Troisièmement, la résolution du problème, par application du droit aux faits. Si les deux
premières étapes sont bien traitées, la troisième est très courte car la conclusion va de soi.

Exemple
Une personne a violemment poussé Marc (votre ami que vous conseillez) dans la rue, il est
tombé et s’est cassé la jambe. Il vous demande ce qu’il peut faire.
Vous lui répondez ainsi :
Droit : L’article 1382 du Code civil dit que toute personne causant un préjudice par
sa faute doit le réparer. La jurisprudence accorde des dommages-intérêts pour
les préjudices corporels.
Or, en vous poussant violemment dans la rue, la personne a commis une faute. En tombant,
vous vous êtes cassé la jambe, ce qui vous a causé préjudice corporel.
Par conséquent, le défendeur doit réparer sa faute en vous versant des dommages-intérêts.

Étape 3 : la rédaction

La rédaction n’obéit pas à des règle strictes. Certains conseils peuvent toutefois être donnés :

Lisez bien l’énoncé. Si l’on vous dit de répondre à une personne qui vous demande conseil,
répondez-lui, sur le fond comme sur la forme.

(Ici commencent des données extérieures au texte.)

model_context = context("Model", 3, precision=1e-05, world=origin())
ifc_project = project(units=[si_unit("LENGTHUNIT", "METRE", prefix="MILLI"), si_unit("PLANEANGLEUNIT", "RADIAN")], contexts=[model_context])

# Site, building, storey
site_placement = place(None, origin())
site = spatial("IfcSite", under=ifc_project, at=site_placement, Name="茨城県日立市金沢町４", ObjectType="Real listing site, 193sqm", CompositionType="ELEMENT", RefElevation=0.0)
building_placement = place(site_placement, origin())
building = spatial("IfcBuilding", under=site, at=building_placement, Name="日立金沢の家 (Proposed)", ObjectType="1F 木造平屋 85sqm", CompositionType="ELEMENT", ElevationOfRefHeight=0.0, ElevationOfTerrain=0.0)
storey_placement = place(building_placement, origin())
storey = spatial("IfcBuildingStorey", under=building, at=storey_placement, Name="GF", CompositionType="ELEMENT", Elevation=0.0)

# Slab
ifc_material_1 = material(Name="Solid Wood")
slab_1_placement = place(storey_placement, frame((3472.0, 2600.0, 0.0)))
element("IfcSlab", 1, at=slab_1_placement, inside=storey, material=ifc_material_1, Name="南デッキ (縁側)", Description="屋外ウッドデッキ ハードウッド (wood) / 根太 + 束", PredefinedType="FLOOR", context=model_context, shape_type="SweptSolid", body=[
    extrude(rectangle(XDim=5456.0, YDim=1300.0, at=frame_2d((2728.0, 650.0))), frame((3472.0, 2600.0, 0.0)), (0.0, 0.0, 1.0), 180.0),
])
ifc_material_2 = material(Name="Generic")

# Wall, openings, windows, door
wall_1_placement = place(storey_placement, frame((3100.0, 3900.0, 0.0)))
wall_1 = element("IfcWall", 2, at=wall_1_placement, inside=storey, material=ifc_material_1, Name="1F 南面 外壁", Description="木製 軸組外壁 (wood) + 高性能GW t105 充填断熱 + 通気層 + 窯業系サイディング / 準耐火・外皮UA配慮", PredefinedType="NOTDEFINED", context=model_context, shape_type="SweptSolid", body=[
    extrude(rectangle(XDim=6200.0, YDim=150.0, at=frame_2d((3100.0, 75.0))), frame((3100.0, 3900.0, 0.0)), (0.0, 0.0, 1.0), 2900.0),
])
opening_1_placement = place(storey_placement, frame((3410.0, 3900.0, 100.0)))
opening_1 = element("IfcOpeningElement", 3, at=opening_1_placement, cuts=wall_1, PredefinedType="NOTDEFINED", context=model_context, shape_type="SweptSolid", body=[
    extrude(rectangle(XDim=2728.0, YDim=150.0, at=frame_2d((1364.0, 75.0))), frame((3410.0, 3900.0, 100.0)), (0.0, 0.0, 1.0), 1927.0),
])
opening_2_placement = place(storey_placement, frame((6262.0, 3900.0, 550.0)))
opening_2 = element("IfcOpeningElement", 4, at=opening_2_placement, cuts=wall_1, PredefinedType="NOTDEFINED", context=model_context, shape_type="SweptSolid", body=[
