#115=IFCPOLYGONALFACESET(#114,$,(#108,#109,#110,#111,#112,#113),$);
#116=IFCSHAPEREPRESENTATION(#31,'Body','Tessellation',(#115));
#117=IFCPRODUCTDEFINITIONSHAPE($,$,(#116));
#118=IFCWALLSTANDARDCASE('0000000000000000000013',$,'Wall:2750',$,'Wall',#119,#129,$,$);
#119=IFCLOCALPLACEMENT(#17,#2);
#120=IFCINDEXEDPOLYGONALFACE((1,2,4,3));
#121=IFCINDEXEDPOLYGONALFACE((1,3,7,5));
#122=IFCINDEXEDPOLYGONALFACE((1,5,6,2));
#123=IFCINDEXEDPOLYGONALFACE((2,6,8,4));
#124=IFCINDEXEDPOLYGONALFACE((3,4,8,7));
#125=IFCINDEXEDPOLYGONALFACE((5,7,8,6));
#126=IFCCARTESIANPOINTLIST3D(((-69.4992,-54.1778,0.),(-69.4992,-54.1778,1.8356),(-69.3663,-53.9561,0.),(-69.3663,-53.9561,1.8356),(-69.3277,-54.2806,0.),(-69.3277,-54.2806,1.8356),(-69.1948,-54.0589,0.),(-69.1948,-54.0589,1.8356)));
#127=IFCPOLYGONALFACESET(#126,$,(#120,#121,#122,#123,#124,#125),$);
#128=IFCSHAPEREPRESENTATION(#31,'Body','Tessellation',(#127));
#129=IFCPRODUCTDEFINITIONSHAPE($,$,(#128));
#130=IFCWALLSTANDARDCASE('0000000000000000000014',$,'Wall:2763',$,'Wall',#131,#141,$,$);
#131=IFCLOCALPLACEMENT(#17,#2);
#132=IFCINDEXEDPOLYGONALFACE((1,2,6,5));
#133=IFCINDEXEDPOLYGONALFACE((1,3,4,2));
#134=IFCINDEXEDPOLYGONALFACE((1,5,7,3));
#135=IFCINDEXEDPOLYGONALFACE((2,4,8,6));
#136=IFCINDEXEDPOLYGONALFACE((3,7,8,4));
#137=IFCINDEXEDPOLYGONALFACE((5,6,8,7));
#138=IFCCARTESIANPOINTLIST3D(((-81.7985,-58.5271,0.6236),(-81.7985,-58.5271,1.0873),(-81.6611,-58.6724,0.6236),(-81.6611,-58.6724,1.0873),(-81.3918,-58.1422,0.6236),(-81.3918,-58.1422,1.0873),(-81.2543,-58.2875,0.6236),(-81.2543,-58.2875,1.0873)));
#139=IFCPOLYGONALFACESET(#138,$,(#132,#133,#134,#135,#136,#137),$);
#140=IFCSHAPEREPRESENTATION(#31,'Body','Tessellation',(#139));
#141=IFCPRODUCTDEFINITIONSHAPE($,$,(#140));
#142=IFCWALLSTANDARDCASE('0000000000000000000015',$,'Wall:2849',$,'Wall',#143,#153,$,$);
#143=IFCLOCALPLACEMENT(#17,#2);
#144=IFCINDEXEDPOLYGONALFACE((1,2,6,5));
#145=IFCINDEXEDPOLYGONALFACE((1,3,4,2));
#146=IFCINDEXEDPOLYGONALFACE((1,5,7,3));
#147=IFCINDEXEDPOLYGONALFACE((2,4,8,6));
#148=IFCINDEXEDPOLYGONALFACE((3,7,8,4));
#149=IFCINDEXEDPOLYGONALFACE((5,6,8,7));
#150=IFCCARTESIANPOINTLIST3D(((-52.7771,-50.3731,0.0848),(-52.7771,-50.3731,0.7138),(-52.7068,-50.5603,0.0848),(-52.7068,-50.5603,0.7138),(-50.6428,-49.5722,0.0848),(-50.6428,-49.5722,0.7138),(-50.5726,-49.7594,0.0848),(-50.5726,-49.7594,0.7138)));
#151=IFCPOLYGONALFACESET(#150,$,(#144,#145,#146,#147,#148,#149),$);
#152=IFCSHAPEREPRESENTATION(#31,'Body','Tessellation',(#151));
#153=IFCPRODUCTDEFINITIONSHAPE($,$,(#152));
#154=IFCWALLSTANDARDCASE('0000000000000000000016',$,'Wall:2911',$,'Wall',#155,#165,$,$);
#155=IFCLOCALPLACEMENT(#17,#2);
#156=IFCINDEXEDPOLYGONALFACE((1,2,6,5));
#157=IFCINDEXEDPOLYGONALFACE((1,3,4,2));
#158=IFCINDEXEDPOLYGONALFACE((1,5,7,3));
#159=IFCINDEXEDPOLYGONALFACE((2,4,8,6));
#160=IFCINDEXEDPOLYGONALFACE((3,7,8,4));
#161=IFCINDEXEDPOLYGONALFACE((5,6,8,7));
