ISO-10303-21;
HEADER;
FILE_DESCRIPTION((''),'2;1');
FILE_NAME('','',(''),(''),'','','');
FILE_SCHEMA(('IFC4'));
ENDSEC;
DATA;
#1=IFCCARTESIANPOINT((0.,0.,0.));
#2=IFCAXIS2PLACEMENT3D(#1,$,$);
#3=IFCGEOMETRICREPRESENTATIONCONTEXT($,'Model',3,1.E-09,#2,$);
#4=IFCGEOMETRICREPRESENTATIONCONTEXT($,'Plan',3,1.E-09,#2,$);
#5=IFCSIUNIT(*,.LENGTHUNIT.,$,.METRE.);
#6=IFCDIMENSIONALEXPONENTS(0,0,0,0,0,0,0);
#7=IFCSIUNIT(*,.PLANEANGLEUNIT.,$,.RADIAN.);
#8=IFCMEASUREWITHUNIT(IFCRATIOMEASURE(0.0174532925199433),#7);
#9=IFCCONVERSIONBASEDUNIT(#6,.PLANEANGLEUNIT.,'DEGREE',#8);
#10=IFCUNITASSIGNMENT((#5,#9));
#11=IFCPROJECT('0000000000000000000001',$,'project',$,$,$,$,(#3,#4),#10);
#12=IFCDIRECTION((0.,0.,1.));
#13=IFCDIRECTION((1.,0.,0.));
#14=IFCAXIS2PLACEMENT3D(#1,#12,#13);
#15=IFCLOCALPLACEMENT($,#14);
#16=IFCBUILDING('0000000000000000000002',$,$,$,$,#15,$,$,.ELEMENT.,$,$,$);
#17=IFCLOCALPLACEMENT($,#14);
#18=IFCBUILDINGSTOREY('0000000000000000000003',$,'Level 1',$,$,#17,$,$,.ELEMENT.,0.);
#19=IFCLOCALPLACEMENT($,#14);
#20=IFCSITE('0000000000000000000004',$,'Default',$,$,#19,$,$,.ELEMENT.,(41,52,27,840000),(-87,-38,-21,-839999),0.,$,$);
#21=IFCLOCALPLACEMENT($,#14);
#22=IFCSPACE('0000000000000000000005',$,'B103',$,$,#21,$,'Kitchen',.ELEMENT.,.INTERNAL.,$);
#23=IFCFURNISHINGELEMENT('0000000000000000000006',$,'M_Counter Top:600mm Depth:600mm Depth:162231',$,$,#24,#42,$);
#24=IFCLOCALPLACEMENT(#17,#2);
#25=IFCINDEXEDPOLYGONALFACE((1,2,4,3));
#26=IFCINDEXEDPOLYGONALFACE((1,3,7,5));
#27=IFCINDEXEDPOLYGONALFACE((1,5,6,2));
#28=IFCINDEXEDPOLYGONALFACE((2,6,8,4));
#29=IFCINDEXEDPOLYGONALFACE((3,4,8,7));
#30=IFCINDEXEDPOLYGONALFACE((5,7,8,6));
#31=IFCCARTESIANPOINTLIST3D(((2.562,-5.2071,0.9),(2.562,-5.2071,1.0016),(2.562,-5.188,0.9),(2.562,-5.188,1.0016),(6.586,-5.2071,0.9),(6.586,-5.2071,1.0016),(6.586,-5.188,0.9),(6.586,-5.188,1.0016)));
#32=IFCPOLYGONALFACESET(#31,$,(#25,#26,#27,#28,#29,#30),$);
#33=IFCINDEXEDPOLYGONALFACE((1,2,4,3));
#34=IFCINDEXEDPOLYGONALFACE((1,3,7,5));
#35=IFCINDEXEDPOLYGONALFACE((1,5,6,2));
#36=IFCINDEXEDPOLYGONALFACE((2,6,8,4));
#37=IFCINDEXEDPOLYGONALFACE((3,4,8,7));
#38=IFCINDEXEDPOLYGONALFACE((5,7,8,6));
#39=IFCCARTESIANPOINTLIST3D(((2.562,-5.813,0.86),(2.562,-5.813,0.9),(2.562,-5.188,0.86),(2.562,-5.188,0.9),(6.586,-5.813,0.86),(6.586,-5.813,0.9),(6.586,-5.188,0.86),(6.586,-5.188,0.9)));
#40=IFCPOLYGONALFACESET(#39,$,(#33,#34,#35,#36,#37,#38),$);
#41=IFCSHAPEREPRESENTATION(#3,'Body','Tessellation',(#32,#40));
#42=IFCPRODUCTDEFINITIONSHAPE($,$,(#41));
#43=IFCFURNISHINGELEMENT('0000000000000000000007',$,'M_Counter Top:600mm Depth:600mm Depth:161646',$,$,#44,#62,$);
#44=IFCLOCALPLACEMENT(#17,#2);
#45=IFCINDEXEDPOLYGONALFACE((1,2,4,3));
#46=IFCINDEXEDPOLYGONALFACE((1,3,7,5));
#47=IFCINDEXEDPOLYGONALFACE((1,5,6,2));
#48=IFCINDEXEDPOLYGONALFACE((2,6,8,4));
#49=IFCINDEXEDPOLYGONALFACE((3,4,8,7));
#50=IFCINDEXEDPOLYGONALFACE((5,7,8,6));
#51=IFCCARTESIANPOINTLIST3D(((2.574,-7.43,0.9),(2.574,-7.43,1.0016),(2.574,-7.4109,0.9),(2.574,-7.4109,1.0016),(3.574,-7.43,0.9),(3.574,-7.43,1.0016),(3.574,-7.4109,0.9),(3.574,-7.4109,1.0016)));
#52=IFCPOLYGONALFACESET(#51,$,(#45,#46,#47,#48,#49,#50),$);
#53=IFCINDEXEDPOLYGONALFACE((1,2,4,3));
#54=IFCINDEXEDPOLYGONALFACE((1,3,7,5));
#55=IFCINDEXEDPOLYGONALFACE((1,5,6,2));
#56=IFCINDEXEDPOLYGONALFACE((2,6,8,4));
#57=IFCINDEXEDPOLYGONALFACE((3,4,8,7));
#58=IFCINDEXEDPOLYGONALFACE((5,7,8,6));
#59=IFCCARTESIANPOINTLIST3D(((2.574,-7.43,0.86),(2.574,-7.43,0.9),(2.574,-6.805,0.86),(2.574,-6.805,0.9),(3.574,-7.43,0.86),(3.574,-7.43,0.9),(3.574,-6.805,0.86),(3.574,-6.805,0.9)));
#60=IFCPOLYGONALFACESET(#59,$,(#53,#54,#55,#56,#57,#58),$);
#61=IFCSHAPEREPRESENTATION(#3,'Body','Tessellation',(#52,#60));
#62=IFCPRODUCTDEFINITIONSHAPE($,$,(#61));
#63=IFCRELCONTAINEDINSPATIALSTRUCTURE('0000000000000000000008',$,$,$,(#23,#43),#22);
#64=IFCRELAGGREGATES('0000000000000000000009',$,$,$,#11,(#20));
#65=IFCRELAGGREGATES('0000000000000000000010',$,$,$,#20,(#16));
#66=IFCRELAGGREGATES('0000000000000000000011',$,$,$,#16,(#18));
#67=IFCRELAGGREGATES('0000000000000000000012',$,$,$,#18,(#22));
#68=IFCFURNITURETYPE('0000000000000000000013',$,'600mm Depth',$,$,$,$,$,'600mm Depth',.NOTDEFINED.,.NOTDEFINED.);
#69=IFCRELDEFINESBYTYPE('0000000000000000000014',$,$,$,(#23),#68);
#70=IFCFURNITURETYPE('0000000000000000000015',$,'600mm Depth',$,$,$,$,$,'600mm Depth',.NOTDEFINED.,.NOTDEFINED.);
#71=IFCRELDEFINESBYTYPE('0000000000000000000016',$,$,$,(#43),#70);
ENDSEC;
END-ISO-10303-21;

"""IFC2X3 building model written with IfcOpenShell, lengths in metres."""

from ifc_helpers import new_model, entity, si_unit, converted_unit, frame, origin, origin_with_axes, origin_2d_with_axis, place, context, project, spatial, rectangle, extrude, source, transform, mapped, type_object, type_shapes, element, save


model = new_model("IFC2X3")

# Units and contexts
model_context = context("Model", 3, precision=1e-09, world=origin())
plan_context = context("Plan", 3, precision=1e-09, world=origin())
ifc_project = project(units=[si_unit("LENGTHUNIT", "METRE"), converted_unit("PLANEANGLEUNIT", "DEGREE", entity("IfcRatioMeasure", 0.0174532925199433), si_unit("PLANEANGLEUNIT", "RADIAN"), dimensions=[0, 0, 0, 0, 0, 0, 0])], contexts=[model_context, plan_context])

# Site, building, storey, space
site_placement = place(None, origin_with_axes())
site = spatial("IfcSite", under=ifc_project, at=site_placement, Name="Default", CompositionType="ELEMENT", RefLatitude=(41, 52, 27, 840000), RefLongitude=(-87, -38, -21, -839999), RefElevation=0.0)
building_placement = place(None, origin_with_axes())
building = spatial("IfcBuilding", under=site, at=building_placement, CompositionType="ELEMENT")
storey_placement = place(None, origin_with_axes())
storey = spatial("IfcBuildingStorey", under=building, at=storey_placement, Name="Level 1", CompositionType="ELEMENT", Elevation=0.0)
space_placement = place(None, origin_with_axes())
space = spatial("IfcSpace", under=storey, at=space_placement, Name="B103", LongName="Kitchen", CompositionType="ELEMENT", InteriorOrExteriorSpace="INTERNAL")

# Furnishing elements
furniture_type_1 = type_object("IfcFurnitureType", Name="600mm Depth", ElementType="600mm Depth", AssemblyPlace="NOTDEFINED")
shared_shape_1 = source(origin(), model_context, "Body", "SweptSolid", [
    extrude(rectangle(XDim=0.0191, YDim=4.024, at=origin_2d_with_axis()), frame((0.8115, -0.0095, 0.9), z_axis=(0.0, 0.0, 1.0), x_axis=(0.0, -1.0, 0.0)), (0.0, 0.0, 1.0), 0.1016),
    extrude(rectangle(XDim=4.024, YDim=0.625, at=origin_2d_with_axis()), frame((0.8115, -0.3125, 0.86), z_axis=(0.0, 0.0, 1.0), x_axis=(-1.0, 0.0, 0.0)), (0.0, 0.0, 1.0), 0.04),
])
type_shapes(furniture_type_1, [shared_shape_1])
furnishing_1_placement = place(None, frame((3.7625, -5.188, 0.0), z_axis=(0.0, 0.0, 1.0), x_axis=(1.0, 0.0, 0.0)))
element("IfcFurnishingElement", 1, at=furnishing_1_placement, inside=space, type_object=furniture_type_1, Name="M_Counter Top:600mm Depth:600mm Depth:162231", context=model_context, shape_type="MappedRepresentation", body=[
    mapped(shared_shape_1, transform((0.0, 0.0, 0.0), scale=1.0)),
])
furniture_type_2 = type_object("IfcFurnitureType", Name="600mm Depth", ElementType="600mm Depth", AssemblyPlace="NOTDEFINED")
shared_shape_2 = source(origin(), model_context, "Body", "SweptSolid", [
    extrude(rectangle(XDim=0.0191, YDim=1.0, at=origin_2d_with_axis()), frame((-0.7005, -0.0095, 0.9), z_axis=(0.0, 0.0, 1.0), x_axis=(0.0, -1.0, 0.0)), (0.0, 0.0, 1.0), 0.1016),
    extrude(rectangle(XDim=1.0, YDim=0.625, at=origin_2d_with_axis()), frame((-0.7005, -0.3125, 0.86), z_axis=(0.0, 0.0, 1.0), x_axis=(-1.0, 0.0, 0.0)), (0.0, 0.0, 1.0), 0.04),
])
type_shapes(furniture_type_2, [shared_shape_2])
furnishing_2_placement = place(None, frame((2.3735, -7.43, 0.0), z_axis=(0.0, 0.0, 1.0), x_axis=(-1.0, 0.0, 0.0)))
element("IfcFurnishingElement", 2, at=furnishing_2_placement, inside=space, type_object=furniture_type_2, Name="M_Counter Top:600mm Depth:600mm Depth:161646", context=model_context, shape_type="MappedRepresentation", body=[
    mapped(shared_shape_2, transform((0.0, 0.0, 0.0), scale=1.0)),
])

save(model, "model.ifc")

L’introduction est utile à expliquer votre plan, c’est-à-dire les différentes questions de droit
dégagées lors de la première lecture. Ne résumez ou recopiez jamais les faits dans
l’introduction, c’est inutile et redondant (puisque les faits interviennent dans le syllogisme).

Aucune conclusion n’est nécessaire, le syllogisme suffit.

Faites apparaître votre plan, en écrivant les titres, de manière claire et directe, sans fioriture.
Par exemple : I. Action contre M. X. en responsabilité civile ; II. La question de l’atteinte à la
vie privée ; III. L’exequatur de la sentence arbitrale, etc.

Faites des phrases courtes et gardez toujours 5 minutes en fin d’examen pour vous relire.